Es macht mir aber auch einfach Spaß. Ich erlebe Dinge, die ich sonst nie erleben würde. Und da rede ich nicht davon, dass wir hier einen Grill haben, den wir auch gerne benutzen. Ich bin vor dem ASB zum Beispiel noch nie mit dem Speedboot über den Rhein gefahren. Ich habe vorher noch nie eine Übung in der Rheinaue gemacht, bei der eine ganze Insel brennt.

Genauso gibt es natürlich Situationen, die wirklich tragisch sind. Du weißt dann aber auch, dass du helfen kannst. Manchmal siehst du jemanden an und weißt: Für diesen Menschen bist du gerade extrem wichtig. Du wirst ihm ein Leben lang in Erinnerung bleiben, weil du in diesem Moment da bist und hilfst. Und dann kommst du nass, kalt und müde um 4 Uhr morgens nach Hause – und bist trotzdem glücklich.“


Christian S. (35)

„Früher hatte ich nie Zeit für Ehrenamt, obwohl Freunde mir immer wieder gesagt haben, ich soll doch mal mitkommen. Seit diesem Jahr bin ich nicht mehr Geschäftsführer von meinem Karnevalsverein, also hab ich gesagt, na gut, jetzt schau ich mir die Sache mal an. Also stand ich dann mitten in der Nacht in der Rheinaue und jemand sagte mir, ich soll die gelben Klamotten anziehen. Nee, sag ich, ich will ja nur gucken. Ja ja, sagt er, zum Gucken musst du auch die Klamotten anziehen – und dann setz dich da hinten zur Technik und Sicherheit. Ich habe an dem Abend die Technik mitgemacht, und seitdem bin ich dabei.

Ich bin ein technisch orientierter Mensch – medizinische Sachen liegen mir nicht so. Das klappt auch wunderbar, ich kann genau das tun, was mir liegt und was ich gerne mache. Jeder bringt sich mit dem ein, was für ihn passt. Ob jetzt technisch, medizinisch, organisatorisch oder unterstützend.

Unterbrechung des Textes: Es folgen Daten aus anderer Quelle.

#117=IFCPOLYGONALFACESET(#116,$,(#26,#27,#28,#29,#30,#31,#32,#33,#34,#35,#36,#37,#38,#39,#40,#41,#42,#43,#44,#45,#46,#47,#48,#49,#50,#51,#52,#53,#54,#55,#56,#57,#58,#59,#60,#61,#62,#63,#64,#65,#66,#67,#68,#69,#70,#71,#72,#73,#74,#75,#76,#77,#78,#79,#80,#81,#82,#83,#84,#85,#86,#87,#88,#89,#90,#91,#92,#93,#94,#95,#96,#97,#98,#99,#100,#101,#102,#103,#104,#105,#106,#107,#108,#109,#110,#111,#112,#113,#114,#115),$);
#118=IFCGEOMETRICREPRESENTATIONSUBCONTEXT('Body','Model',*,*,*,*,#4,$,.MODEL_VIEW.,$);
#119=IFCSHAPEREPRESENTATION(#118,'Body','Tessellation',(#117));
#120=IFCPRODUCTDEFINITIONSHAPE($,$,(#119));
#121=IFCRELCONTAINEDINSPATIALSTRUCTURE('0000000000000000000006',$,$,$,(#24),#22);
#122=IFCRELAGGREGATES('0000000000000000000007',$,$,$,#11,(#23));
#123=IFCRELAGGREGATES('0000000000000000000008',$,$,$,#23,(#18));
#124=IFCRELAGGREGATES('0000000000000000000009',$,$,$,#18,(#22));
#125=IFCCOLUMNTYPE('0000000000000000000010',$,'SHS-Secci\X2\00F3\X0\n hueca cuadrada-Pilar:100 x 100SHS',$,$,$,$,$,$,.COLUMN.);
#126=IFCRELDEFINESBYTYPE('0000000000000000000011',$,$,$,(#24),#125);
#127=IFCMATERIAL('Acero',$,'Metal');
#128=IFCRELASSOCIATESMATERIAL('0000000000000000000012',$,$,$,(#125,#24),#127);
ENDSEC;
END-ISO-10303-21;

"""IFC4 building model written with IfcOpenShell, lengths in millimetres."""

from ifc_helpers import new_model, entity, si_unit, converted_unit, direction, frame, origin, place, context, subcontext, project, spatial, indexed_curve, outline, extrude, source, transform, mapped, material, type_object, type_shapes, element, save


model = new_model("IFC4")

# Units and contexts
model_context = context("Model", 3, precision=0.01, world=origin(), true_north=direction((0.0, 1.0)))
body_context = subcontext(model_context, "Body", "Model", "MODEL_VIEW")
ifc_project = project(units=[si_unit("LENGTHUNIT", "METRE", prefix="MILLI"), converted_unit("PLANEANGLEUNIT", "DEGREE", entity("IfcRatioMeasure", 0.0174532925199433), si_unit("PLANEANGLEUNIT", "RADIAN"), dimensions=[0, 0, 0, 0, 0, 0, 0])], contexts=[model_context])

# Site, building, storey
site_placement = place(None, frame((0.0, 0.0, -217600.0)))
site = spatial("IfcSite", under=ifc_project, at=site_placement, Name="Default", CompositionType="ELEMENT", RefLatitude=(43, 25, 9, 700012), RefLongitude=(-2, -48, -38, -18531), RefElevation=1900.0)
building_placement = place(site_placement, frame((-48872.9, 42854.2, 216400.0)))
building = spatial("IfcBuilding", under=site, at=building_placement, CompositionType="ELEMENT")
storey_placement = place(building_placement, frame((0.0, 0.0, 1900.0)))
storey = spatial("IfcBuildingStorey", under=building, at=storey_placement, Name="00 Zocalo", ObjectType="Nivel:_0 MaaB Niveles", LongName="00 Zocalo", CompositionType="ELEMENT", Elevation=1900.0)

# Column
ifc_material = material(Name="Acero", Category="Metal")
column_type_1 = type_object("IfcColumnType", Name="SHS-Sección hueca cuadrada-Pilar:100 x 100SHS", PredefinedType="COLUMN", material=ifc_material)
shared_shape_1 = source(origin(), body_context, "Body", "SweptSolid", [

Und es ist schon großartig anzusehen, wie alle durcheinander wuseln und es dann einfach funktioniert.

Was ich auch schon gemerkt habe: Man gewinnt sehr viel Ruhe durch die Erfahrung im Ehrenamt. Es gibt ja auch beruflich immer wieder Situationen, in denen alle kopflos in Panik durch die Gegend laufen. Wenn man es schon gewohnt ist, dass hinter einem die Hütte abbrennt, dann bleibt man ruhig. Und so kommt man eben am weitesten, gerade in hektischen Momenten.“


Krankentransport
Sanitätsdienst

Lisa K. (27)

„Eigentlich wollte ich mir nur ein wenig medizinisches Wissen aneignen und höchstens etwas ins Ehrenamt hineinschnuppern. Ich mache in meinem Job medizinische Abrechnungen und wollte einfach besser verstehen, was ich da abrechne. Deshalb habe ich eine Rettungshelfer-Ausbildung gemacht. Und dann habe ich auch mal im Sanitätsdienst mitgemacht. Zuerst bei einem Lauf in der Rheinaue, dann an Karneval … Das war 2016, und ich bin immer noch begeistert dabei.

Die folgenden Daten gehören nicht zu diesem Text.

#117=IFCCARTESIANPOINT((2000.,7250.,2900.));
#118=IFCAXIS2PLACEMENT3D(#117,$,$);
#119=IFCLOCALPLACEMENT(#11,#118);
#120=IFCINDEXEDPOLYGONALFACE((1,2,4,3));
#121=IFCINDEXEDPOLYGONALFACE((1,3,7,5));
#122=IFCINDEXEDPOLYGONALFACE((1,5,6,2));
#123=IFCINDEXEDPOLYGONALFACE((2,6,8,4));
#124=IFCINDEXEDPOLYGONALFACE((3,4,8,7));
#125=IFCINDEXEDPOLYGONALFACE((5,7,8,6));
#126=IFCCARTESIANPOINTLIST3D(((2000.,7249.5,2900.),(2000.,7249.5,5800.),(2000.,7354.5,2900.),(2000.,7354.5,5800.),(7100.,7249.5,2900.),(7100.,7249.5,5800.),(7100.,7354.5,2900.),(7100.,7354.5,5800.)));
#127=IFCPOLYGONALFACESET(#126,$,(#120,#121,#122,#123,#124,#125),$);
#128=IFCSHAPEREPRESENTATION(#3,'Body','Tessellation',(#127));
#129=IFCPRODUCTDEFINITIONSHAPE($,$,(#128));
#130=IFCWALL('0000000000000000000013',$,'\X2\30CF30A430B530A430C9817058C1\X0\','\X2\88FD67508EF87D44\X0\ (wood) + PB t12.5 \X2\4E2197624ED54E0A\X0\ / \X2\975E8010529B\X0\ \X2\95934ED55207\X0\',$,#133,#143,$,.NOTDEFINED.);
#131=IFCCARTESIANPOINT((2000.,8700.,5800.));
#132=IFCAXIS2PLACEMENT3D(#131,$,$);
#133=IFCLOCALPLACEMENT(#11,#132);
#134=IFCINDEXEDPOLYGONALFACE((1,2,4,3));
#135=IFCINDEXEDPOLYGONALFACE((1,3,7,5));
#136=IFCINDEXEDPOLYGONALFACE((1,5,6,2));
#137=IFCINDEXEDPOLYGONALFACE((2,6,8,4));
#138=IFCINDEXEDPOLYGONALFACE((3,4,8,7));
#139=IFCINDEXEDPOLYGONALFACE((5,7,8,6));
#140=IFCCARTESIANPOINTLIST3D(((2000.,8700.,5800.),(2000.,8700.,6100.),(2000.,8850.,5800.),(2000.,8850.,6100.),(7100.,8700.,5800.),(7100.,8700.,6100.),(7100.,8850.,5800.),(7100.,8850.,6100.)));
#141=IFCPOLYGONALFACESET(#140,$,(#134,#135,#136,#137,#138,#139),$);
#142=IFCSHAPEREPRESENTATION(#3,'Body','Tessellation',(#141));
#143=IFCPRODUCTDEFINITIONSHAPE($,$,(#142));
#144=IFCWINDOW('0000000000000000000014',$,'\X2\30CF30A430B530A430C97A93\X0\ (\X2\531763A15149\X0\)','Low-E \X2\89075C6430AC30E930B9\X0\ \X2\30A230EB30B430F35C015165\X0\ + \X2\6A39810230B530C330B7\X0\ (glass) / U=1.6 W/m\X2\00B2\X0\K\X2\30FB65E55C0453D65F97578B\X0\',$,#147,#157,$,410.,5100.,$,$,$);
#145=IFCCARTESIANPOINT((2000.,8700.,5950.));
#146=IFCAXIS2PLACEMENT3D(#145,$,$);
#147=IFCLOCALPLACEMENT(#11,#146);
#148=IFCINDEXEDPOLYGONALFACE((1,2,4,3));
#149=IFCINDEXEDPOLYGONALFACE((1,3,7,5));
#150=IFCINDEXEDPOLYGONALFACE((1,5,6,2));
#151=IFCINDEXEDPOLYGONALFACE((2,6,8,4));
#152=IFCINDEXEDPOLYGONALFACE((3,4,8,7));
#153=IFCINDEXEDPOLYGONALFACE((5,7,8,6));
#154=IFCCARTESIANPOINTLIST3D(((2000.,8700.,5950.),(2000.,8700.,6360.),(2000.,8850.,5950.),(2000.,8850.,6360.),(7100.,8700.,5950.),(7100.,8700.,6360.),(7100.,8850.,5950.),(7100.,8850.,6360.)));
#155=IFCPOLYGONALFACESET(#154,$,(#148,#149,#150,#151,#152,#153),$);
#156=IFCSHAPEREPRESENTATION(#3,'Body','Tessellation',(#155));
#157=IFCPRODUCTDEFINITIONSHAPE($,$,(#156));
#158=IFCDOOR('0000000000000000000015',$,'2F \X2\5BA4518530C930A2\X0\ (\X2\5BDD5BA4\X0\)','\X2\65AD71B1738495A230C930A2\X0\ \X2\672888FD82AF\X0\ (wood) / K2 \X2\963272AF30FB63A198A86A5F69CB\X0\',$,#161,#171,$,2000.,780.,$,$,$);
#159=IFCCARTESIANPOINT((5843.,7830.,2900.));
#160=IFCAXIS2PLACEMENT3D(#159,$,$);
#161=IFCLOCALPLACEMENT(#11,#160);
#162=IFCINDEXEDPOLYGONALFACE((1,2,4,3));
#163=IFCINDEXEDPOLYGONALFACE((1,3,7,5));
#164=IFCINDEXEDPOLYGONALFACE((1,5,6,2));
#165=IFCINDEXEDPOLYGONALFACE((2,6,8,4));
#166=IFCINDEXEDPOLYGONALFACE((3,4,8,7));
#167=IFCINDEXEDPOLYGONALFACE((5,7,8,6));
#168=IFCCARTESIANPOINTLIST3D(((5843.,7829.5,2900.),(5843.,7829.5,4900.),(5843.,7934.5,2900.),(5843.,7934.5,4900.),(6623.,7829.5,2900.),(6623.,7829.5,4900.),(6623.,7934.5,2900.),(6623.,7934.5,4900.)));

Das Ehrenamt beim ASB ist eine totale Abwechslung von meinem Beruf. Das gefällt mir sehr gut daran. Und die Menschen sind einfach glücklich, wenn man da ist. Man kriegt auch mal ein Lächeln zurück. Die Dankbarkeit ist einfach schön.

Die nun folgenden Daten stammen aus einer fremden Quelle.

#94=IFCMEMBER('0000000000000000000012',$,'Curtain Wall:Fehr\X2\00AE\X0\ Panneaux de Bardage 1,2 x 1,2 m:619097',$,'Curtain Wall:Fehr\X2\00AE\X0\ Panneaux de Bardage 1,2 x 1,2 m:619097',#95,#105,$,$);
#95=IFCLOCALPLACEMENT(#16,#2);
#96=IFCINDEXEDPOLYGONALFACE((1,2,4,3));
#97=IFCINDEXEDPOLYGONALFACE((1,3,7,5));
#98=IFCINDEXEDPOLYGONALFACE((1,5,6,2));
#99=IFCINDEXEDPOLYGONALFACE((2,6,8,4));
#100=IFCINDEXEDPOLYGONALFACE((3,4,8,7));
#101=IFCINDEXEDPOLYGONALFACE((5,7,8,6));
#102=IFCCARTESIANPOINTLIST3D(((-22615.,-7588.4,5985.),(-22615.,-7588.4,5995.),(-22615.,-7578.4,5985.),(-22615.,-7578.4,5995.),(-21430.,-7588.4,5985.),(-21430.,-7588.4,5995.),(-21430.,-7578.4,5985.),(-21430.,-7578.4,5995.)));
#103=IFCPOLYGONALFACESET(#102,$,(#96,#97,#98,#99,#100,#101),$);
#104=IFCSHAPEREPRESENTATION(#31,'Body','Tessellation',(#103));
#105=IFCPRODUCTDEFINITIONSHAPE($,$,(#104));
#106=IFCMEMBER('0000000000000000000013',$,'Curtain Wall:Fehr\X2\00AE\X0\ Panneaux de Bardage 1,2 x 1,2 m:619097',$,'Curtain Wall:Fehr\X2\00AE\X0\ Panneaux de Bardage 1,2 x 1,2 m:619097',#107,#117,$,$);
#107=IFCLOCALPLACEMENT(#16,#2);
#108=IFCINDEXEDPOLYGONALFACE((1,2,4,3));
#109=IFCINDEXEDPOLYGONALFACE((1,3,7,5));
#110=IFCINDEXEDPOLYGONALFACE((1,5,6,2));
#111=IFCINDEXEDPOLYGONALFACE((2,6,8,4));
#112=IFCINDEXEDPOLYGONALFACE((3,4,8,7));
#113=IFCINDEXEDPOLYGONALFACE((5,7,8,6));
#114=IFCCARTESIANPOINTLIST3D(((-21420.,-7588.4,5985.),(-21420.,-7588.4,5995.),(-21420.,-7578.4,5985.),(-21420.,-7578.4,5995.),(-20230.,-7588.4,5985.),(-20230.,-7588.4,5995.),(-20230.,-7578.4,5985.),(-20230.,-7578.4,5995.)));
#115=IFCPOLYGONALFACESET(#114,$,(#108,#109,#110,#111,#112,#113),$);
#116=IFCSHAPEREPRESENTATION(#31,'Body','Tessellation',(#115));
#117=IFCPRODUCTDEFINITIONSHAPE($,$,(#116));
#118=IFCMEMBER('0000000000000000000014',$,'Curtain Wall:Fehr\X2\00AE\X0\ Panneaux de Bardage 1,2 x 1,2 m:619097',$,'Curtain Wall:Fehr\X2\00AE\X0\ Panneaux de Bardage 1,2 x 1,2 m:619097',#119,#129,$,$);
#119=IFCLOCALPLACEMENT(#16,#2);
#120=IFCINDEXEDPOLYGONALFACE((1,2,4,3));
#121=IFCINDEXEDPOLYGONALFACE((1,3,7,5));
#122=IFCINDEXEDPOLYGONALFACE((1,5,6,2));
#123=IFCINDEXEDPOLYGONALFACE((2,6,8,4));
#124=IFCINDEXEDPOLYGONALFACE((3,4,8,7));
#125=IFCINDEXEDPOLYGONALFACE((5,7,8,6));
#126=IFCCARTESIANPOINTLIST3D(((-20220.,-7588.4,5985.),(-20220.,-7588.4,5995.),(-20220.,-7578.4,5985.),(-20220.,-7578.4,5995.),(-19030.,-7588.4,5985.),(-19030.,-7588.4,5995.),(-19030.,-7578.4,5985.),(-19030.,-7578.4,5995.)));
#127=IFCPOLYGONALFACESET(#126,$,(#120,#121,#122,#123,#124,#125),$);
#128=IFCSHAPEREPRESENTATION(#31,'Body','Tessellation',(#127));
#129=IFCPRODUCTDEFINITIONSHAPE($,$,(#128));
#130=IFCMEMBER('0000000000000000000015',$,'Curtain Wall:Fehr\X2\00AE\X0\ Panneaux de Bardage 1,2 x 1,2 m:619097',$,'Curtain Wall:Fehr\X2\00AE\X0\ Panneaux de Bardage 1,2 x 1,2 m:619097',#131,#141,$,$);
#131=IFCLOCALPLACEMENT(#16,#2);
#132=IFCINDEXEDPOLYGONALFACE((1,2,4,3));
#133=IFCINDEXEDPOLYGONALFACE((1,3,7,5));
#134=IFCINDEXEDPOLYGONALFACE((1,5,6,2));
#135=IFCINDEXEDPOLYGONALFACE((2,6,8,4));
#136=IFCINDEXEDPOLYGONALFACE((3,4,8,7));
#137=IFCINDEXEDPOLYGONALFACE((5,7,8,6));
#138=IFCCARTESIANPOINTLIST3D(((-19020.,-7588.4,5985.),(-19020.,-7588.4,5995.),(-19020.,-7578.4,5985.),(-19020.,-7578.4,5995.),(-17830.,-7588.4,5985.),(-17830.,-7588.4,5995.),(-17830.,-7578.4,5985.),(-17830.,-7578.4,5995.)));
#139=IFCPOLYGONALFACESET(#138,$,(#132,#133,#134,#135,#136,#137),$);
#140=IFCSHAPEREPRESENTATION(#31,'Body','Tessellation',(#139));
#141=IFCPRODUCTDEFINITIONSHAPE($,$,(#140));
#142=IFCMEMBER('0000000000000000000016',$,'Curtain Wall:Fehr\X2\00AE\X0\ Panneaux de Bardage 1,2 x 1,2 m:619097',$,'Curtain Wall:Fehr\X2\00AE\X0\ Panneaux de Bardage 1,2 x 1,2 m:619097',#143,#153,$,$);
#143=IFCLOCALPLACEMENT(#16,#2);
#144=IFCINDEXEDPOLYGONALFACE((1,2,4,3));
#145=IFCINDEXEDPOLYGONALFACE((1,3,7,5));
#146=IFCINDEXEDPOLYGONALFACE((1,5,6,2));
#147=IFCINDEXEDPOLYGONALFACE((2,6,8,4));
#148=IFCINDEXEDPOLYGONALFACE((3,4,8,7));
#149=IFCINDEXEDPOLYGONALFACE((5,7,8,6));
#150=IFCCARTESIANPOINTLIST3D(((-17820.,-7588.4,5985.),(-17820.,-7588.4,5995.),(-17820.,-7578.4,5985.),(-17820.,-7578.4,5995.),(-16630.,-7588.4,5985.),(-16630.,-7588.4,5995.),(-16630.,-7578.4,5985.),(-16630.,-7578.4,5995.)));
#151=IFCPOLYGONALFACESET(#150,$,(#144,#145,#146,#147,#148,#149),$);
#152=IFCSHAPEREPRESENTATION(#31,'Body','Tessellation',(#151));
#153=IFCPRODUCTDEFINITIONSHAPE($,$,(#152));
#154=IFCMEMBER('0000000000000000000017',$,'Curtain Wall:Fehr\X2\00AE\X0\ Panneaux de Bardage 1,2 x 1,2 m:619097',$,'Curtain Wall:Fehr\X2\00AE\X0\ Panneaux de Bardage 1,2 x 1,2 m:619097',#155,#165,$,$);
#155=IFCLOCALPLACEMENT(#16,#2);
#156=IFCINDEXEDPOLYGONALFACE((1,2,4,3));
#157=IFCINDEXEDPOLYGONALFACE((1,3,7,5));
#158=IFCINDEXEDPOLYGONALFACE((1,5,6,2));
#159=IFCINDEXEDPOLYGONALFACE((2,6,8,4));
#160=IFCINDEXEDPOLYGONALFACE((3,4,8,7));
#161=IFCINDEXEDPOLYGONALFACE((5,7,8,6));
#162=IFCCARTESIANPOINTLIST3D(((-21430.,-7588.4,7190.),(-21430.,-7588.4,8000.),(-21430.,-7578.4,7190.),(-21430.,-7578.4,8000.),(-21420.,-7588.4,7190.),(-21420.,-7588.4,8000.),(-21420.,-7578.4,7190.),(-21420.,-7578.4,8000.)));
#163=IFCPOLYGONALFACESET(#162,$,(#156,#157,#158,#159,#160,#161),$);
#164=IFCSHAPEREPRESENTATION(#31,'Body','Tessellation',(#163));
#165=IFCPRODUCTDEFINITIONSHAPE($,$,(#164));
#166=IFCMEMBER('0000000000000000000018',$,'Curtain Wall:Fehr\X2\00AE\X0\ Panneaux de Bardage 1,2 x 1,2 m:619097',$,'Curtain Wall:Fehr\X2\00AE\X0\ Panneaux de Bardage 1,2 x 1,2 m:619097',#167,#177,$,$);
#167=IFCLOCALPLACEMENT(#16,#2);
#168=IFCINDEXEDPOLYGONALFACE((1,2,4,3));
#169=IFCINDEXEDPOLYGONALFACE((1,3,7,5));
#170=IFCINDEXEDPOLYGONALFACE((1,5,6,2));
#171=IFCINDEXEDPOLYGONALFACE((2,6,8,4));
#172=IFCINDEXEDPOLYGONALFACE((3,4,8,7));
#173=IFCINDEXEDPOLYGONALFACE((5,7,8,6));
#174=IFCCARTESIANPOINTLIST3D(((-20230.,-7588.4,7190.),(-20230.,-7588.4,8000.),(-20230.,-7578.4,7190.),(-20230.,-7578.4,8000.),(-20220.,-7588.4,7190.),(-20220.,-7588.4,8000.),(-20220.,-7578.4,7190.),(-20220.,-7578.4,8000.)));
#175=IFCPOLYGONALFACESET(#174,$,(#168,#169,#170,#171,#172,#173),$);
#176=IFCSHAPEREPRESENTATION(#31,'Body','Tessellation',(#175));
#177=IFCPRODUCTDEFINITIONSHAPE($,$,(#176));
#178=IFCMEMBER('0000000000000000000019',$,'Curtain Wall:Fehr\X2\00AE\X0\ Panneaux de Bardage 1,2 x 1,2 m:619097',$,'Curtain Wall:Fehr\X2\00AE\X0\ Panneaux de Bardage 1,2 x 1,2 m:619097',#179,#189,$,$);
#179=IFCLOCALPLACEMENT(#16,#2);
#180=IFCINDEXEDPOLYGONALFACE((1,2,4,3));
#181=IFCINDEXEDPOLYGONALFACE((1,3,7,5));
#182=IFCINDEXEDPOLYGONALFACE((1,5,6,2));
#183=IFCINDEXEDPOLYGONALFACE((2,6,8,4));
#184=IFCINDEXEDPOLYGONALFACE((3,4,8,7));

Was mir auch sehr gut gefällt: Jeder hat im Team einen Platz, und man wird so akzeptiert, wie man ist. Jeder kann und muss sich auf die anderen verlassen. Man hat zwar auch Spaß miteinander, aber im Ernst der Lage weiß ich immer: Der hilft mir jetzt. Man erlebt gemeinsam Gutes und Schlechtes, und wenn man einmal etwas Schlechtes erlebt, redet man miteinander, und alles ist wieder gut.

Ich habe hier viele enge und dauerhafte Freundschaften geschlossen – und ich habe auch sehr viel für mich persönlich mitgenommen. Bisher habe ich die Entscheidung zum Ehrenamt wirklich nicht bereut.“


Corinna B. (37)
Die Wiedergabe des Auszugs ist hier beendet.